# A Hedge Maid?



## fontgeek (Jul 24, 2006)

I'm rereading a book by Terry goodkind, it has a creature and scene that would make a great haunt or scene. The book is the Omen Machine, it's part of the Richard and Kahlan series of books. The character that I read would make a great scene or even the main character for a haunt is a Hedge Made. She is a witch or sorceress who's dressed in dark rags, she's unable to speak because her mouth is stitched closest with a leather thong. Her lair is made up of twigs, and is strewn with candles, jars bags hanging from the ceiling, and bodies of people both dead and alive entwined within the twigs and branches that make up the walls. She has ghostly familiars, that could be done with actors or maybe scrim material with the familiars projected on to them.
The books are very good, but if you only want to read about this one character or scene it's in it's in chapter 51 in "The Omen Machine".


----------



## jdubbya (Nov 6, 2005)

I need to check this out.
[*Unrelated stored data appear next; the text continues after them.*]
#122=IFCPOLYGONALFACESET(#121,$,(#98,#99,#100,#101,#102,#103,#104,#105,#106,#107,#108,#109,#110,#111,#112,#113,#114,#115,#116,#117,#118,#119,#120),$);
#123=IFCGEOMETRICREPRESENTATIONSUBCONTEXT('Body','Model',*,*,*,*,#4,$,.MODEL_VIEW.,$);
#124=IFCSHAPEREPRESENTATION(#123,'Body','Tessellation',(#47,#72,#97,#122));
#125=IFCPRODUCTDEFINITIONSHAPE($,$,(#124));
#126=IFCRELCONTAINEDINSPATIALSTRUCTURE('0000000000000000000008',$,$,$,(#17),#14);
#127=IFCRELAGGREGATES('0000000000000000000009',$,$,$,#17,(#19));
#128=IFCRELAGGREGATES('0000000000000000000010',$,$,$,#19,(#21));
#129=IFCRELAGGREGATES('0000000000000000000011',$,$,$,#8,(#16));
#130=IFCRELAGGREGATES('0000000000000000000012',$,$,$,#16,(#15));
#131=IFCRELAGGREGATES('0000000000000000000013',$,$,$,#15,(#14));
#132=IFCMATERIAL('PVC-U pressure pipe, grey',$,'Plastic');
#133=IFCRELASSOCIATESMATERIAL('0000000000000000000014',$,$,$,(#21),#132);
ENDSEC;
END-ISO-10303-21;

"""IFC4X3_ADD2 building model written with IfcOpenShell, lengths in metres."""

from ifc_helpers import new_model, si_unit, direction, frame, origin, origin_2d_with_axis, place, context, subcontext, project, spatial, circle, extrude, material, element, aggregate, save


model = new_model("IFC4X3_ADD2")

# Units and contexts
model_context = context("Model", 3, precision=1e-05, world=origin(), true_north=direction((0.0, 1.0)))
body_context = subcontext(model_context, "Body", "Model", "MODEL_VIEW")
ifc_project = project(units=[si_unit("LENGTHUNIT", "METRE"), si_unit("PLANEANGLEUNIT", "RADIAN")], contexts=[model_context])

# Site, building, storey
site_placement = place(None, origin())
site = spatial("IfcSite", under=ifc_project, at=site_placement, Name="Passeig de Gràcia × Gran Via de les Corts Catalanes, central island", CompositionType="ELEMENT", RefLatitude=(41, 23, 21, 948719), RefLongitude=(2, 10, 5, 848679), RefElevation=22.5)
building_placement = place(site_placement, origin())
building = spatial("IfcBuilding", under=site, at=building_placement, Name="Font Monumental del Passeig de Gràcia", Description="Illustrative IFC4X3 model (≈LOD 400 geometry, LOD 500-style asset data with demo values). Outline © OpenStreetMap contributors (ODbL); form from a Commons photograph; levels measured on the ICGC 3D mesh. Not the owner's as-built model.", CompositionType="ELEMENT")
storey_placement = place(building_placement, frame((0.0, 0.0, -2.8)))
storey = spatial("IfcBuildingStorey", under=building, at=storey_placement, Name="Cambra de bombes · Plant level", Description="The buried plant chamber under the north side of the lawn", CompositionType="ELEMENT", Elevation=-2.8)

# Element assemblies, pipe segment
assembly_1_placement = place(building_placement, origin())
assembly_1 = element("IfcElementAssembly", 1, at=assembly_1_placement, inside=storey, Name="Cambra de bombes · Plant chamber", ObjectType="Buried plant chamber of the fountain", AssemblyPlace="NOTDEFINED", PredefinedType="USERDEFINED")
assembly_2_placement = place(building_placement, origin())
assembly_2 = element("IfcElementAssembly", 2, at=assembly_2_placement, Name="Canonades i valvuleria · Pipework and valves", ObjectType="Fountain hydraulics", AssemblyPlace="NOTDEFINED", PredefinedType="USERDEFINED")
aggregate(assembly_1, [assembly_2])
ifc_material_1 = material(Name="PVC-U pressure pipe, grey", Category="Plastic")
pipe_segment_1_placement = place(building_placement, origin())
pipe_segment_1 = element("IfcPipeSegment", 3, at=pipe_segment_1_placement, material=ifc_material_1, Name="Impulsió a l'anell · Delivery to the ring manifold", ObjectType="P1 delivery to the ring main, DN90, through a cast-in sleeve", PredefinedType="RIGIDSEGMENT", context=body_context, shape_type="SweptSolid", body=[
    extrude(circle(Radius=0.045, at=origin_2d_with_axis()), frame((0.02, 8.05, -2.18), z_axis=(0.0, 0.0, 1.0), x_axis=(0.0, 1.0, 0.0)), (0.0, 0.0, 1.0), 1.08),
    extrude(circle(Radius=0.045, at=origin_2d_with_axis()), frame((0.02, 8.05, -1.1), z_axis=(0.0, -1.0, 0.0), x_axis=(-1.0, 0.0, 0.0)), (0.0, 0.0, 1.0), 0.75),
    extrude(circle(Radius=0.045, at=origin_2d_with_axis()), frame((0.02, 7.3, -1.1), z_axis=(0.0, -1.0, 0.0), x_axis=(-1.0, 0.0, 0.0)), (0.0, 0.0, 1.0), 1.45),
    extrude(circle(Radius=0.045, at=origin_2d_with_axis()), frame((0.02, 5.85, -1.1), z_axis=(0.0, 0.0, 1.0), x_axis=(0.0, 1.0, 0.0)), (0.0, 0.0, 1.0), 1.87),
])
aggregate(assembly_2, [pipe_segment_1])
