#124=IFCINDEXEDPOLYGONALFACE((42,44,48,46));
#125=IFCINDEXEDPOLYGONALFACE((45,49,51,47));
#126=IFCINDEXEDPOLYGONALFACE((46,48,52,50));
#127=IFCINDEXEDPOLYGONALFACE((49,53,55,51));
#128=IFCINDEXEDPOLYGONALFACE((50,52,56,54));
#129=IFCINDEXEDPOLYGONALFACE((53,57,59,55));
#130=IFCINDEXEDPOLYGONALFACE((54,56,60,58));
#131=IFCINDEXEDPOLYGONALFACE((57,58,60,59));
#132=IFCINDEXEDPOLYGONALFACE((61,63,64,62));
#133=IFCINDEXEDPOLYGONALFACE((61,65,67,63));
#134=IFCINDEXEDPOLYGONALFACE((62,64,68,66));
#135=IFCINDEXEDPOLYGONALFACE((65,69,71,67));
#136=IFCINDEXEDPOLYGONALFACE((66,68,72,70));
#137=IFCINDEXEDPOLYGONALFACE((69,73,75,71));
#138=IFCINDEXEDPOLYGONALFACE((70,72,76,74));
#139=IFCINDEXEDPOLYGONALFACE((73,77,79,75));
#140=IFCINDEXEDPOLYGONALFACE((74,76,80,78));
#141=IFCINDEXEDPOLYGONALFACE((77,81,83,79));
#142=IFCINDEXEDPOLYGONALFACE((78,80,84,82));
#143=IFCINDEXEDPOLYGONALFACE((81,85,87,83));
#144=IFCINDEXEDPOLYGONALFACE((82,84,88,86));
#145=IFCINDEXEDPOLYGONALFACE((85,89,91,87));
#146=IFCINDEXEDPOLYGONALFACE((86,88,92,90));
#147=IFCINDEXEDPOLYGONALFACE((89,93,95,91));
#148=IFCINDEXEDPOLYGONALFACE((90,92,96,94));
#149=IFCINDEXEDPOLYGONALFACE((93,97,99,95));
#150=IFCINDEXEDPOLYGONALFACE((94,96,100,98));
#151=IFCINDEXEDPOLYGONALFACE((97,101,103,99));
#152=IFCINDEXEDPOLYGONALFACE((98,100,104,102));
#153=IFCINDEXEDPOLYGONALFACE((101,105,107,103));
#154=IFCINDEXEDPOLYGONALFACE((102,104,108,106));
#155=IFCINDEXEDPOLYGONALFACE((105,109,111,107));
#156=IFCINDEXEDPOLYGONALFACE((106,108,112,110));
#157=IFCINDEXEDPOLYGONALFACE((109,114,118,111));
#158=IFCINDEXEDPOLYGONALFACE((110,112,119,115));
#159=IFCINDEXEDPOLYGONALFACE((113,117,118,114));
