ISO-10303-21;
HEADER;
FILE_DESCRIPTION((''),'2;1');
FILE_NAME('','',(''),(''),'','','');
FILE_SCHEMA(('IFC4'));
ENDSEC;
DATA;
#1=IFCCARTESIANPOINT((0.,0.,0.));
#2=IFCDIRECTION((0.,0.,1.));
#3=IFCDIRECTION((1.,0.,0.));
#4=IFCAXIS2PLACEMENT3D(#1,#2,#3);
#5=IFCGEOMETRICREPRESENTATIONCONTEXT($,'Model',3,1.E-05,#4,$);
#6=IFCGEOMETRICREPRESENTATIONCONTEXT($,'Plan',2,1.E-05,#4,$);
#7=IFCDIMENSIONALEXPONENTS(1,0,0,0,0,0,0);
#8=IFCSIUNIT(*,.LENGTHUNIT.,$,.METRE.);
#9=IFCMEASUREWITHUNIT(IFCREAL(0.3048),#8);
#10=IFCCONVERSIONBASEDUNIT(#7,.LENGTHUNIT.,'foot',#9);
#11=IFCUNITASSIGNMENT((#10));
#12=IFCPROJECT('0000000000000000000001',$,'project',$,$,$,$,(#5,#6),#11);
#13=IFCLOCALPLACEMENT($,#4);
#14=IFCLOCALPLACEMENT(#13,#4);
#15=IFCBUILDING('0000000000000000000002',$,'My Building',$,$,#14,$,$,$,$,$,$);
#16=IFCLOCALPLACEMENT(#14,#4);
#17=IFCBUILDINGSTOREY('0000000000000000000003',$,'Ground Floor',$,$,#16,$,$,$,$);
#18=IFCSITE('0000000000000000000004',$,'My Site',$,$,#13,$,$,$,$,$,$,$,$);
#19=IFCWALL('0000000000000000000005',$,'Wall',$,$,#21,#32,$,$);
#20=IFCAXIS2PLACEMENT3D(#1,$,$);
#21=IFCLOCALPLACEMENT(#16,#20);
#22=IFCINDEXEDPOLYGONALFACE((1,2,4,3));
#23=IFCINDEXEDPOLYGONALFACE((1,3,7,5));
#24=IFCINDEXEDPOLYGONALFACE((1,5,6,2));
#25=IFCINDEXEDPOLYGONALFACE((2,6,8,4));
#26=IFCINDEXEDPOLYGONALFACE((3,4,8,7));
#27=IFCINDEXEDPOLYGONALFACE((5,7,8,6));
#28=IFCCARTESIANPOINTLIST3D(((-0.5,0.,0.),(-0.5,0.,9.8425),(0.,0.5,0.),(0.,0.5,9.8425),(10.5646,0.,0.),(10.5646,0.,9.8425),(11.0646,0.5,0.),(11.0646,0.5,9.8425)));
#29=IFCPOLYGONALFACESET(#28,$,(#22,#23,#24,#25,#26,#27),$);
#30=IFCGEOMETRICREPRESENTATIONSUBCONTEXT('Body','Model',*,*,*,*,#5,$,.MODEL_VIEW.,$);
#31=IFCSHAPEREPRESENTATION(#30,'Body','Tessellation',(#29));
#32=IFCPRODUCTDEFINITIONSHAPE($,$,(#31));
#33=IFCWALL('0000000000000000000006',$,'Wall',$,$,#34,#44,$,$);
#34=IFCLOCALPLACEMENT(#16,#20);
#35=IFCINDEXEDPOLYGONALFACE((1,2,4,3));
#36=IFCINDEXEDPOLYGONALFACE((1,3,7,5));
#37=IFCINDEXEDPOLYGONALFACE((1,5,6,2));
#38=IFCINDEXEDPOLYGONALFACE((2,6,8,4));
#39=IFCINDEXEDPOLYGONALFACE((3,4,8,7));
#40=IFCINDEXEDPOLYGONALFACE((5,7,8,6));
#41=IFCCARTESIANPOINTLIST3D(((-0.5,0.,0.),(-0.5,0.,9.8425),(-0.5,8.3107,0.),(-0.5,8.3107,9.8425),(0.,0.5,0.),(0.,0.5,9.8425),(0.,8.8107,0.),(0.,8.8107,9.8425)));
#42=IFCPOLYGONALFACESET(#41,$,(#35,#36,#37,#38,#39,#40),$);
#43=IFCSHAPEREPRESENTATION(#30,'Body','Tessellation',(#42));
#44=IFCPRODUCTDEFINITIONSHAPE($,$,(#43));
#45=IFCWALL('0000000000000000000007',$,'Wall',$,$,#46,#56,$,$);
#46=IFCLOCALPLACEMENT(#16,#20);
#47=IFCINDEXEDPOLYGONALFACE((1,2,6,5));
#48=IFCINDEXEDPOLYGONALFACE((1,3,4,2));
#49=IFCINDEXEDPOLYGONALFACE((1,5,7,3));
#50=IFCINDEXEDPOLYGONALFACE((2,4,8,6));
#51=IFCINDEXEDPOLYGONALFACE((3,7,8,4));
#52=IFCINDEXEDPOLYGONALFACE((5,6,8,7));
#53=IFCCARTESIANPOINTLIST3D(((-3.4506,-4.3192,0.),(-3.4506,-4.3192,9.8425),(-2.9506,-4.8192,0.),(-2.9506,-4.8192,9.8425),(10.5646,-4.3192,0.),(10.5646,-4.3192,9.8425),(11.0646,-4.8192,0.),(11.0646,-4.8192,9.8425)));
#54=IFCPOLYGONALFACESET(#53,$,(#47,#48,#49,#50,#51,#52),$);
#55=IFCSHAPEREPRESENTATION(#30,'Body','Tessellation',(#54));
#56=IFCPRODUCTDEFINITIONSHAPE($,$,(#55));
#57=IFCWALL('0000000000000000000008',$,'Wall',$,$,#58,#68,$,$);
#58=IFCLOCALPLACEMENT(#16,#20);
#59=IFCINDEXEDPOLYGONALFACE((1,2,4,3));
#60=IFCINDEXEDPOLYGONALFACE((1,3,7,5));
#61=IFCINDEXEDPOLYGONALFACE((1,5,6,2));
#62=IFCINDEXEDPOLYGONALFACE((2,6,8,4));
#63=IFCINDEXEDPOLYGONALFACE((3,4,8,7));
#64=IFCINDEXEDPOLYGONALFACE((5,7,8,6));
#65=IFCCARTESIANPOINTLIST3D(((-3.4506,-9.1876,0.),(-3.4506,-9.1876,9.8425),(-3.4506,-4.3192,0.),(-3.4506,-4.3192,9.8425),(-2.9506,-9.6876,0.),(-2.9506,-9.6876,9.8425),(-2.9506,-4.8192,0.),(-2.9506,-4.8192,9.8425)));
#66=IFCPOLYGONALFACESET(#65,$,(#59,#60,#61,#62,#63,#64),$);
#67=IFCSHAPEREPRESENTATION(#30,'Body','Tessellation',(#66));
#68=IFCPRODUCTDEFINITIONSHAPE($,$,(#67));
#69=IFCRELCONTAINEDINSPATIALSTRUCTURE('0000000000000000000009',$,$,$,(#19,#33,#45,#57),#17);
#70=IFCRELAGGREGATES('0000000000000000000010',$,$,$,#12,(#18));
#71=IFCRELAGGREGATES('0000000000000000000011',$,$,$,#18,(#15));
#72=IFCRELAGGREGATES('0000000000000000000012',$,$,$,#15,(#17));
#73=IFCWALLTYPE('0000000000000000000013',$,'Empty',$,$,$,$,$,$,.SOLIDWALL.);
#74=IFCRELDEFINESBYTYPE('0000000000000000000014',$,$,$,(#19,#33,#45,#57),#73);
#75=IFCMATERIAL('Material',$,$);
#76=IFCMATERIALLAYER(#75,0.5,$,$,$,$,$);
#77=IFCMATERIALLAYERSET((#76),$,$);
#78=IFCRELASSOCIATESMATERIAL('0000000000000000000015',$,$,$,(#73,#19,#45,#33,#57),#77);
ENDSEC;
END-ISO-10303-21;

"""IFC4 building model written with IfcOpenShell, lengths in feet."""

from ifc_helpers import new_model, entity, si_unit, converted_unit, frame, origin_with_axes, place, context, subcontext, project, spatial, polyline, outline, extrude, material, layer, layer_set, layer_usage, type_object, element, save


model = new_model("IFC4")

# Units and contexts
model_context = context("Model", 3, precision=1e-05, world=origin_with_axes())
plan_context = context("Plan", 2, precision=1e-05, world=origin_with_axes())
body_context = subcontext(model_context, "Body", "Model", "MODEL_VIEW")
ifc_project = project(units=[converted_unit("LENGTHUNIT", "foot", entity("IfcReal", 0.3048), si_unit("LENGTHUNIT", "METRE"), dimensions=[1, 0, 0, 0, 0, 0, 0])], contexts=[model_context, plan_context])

# Site, building, storey
site_placement = place(None, origin_with_axes())
site = spatial("IfcSite", under=ifc_project, at=site_placement, Name="My Site")
building_placement = place(site_placement, origin_with_axes())
building = spatial("IfcBuilding", under=site, at=building_placement, Name="My Building")
storey_placement = place(building_placement, origin_with_axes())
storey = spatial("IfcBuildingStorey", under=building, at=storey_placement, Name="Ground Floor")

# Walls
ifc_material = material(Name="Material")
ifc_layer = layer(ifc_material, 0.5)
ifc_layer_set = layer_set([ifc_layer])
ifc_layer_usage_1 = layer_usage(ifc_layer_set, "AXIS2", "POSITIVE", 0.0)
wall_type = type_object("IfcWallType", Name="Empty", PredefinedType="SOLIDWALL", material=ifc_layer_set)
wall_1_placement = place(storey_placement, frame((-0.5, 0.0, 0.0), z_axis=(0.0, 0.0, 1.0), x_axis=(1.0, 0.0, 0.0)))
element("IfcWall", 1, at=wall_1_placement, inside=storey, type_object=wall_type, material=ifc_layer_usage_1, Name="Wall", context=body_context, shape_type="SweptSolid", body=[
    extrude(outline(polyline([(-4.2655, -3.9119), (-3.5584, -3.9119), (4.2655, 3.9119), (3.5584, 3.9119), (-4.2655, -3.9119)])), frame((5.7823, 0.25, 0.0), z_axis=(0.0, 0.0, -1.0), x_axis=(0.707107, 0.707107, 0.0)), (0.0, 0.0, -1.0), 9.8425),
])
ifc_layer_usage_2 = layer_usage(ifc_layer_set, "AXIS2", "POSITIVE", 0.0)
wall_2_placement = place(storey_placement, frame((0.0, 0.0, 0.0), z_axis=(0.0, 0.0, 1.0), x_axis=(0.0, 1.0, 0.0)))
element("IfcWall", 2, at=wall_2_placement, inside=storey, type_object=wall_type, material=ifc_layer_usage_2, Name="Wall", context=body_context, shape_type="SweptSolid", body=[
    extrude(outline(polyline([(2.5847, -2.9383), (3.2918, -2.9383), (-2.5847, 2.9383), (-3.2918, 2.9383), (2.5847, -2.9383)])), frame((4.4054, 0.25, 0.0), z_axis=(0.0, 0.0, -1.0), x_axis=(-0.707107, 0.707107, 0.0)), (0.0, 0.0, -1.0), 9.8425),
])
wall_3_placement = place(storey_placement, frame((-3.4506, -4.8192, 0.0), z_axis=(0.0, 0.0, 1.0), x_axis=(1.0, 0.0, 0.0)))
element("IfcWall", 3, at=wall_3_placement, inside=storey, type_object=wall_type, material=ifc_layer_usage_1, Name="Wall", context=body_context, shape_type="SweptSolid", body=[
    extrude(outline(polyline([(4.6015, -4.9551), (5.3086, -4.9551), (-4.6015, 4.9551), (-5.3086, 4.9551), (4.6015, -4.9551)])), frame((7.2576, 0.25, 0.0), z_axis=(0.0, 0.0, -1.0), x_axis=(-0.707107, 0.707107, 0.0)), (0.0, 0.0, -1.0), 9.8425),
])
wall_4_placement = place(storey_placement, frame((-2.9506, -9.6876, 0.0), z_axis=(0.0, 0.0, 1.0), x_axis=(0.0, 1.0, 0.0)))
element("IfcWall", 4, at=wall_4_placement, inside=storey, type_object=wall_type, material=ifc_layer_usage_2, Name="Wall", context=body_context, shape_type="SweptSolid", body=[
    extrude(outline(polyline([(-2.0748, -1.7212), (-1.3677, -1.7212), (2.0748, 1.7212), (1.3677, 1.7212), (-2.0748, -1.7212)])), frame((2.6842, 0.25, 0.0), z_axis=(0.0, 0.0, -1.0), x_axis=(0.707107, 0.707107, 0.0)), (0.0, 0.0, -1.0), 9.8425),
])

save(model, "model.ifc")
This would really make a great character for a haunt scene. Love the organic elements incorporated into her.


----------



## fontgeek (Jul 24, 2006)

jdubbya, I'll be curious to hear feedback and ideas that come from this. The character commands zombie like creatures, she drinks blood, and her verbal communication is clicks and hisses because her mouth has been stitched pretty much closes since childhood, so the "familiars" do all of the translation/talking that people would understand. She has jars and bags hanging by strips of cloth from the ceiling that contain body parts of both man and beast. Her "home" is in a swamp like environment, but you could tweak that aspect to meet your needs or situation.


----------



## RoxyBlue (Oct 6, 2008)

She sounds creepy as hell:jol:


----------



## scareme (Aug 29, 2006)

I need to wear my glasses. I read this several times and kept thinking I don't know how her hair could entangle men and make up the walls unless it was huge. When I saw lair. it made perfect, hideous sense. I like this idea because I've not seen it done before. Of course now if it's in a book we may see more of it. It's hard to find something fresh in haunting. So say I who is doing the birds this year, after 5 million people have done it. But this seems like it could be a really cool set.


----------



## jdubbya (Nov 6, 2005)

I googled "hedge maid." One pic is a creepy girl with her mouth sewn closed. Others were of not so unattractive women. Trying to get an idea of this image. I'd like to try my own take on this some year, maybe when we do a witch themed haunt again (likely next year). I think the character herself could be really menacing and the set really dark and creepy, even if people don't quite get it. A non traditional Halloween theme for sure but it would make for some neat ideas in terms of costuming and set design.


----------



## fontgeek (Jul 24, 2006)

I prefer to read stuff and let my imagination work with the author's description to formulate my "picture". You can get the book, "The One Machine" via your public library, the description really gets going in chapter 50. 
The author, Terry goodkind, definitely doesn't make the character pretty or glamorous by any standards.


----------



## BunchOfHocusPocus (May 23, 2012)

Wow! I loved how you described everything. I am so fascinated by this. I'll definitely need to check this out now. I've always loved horror and literature. So I am sure it'll be a great read at night.


----------



## fontgeek (Jul 24, 2006)

This theme or scene would allow you to mix in; ghosts, zombies, wild dogs (via sound effects) and more. In the book, the familiars turn themselves into black hounds/wild dogs that pursue her victims into her "lair" where she binds them into the walls, and drains and drinks their blood. They live on for a while so you can have "corpses" and live actors tied up/entrapped in the walls. I'd use cutout holes for actors to push their face, and maybe hands or arms through, with fake bodies that have been slashed open for her to drain. It's hard to find live actors who would allow themselves to be cut open, so the fake bodies would allow you to quickly change out actors as needed.


----------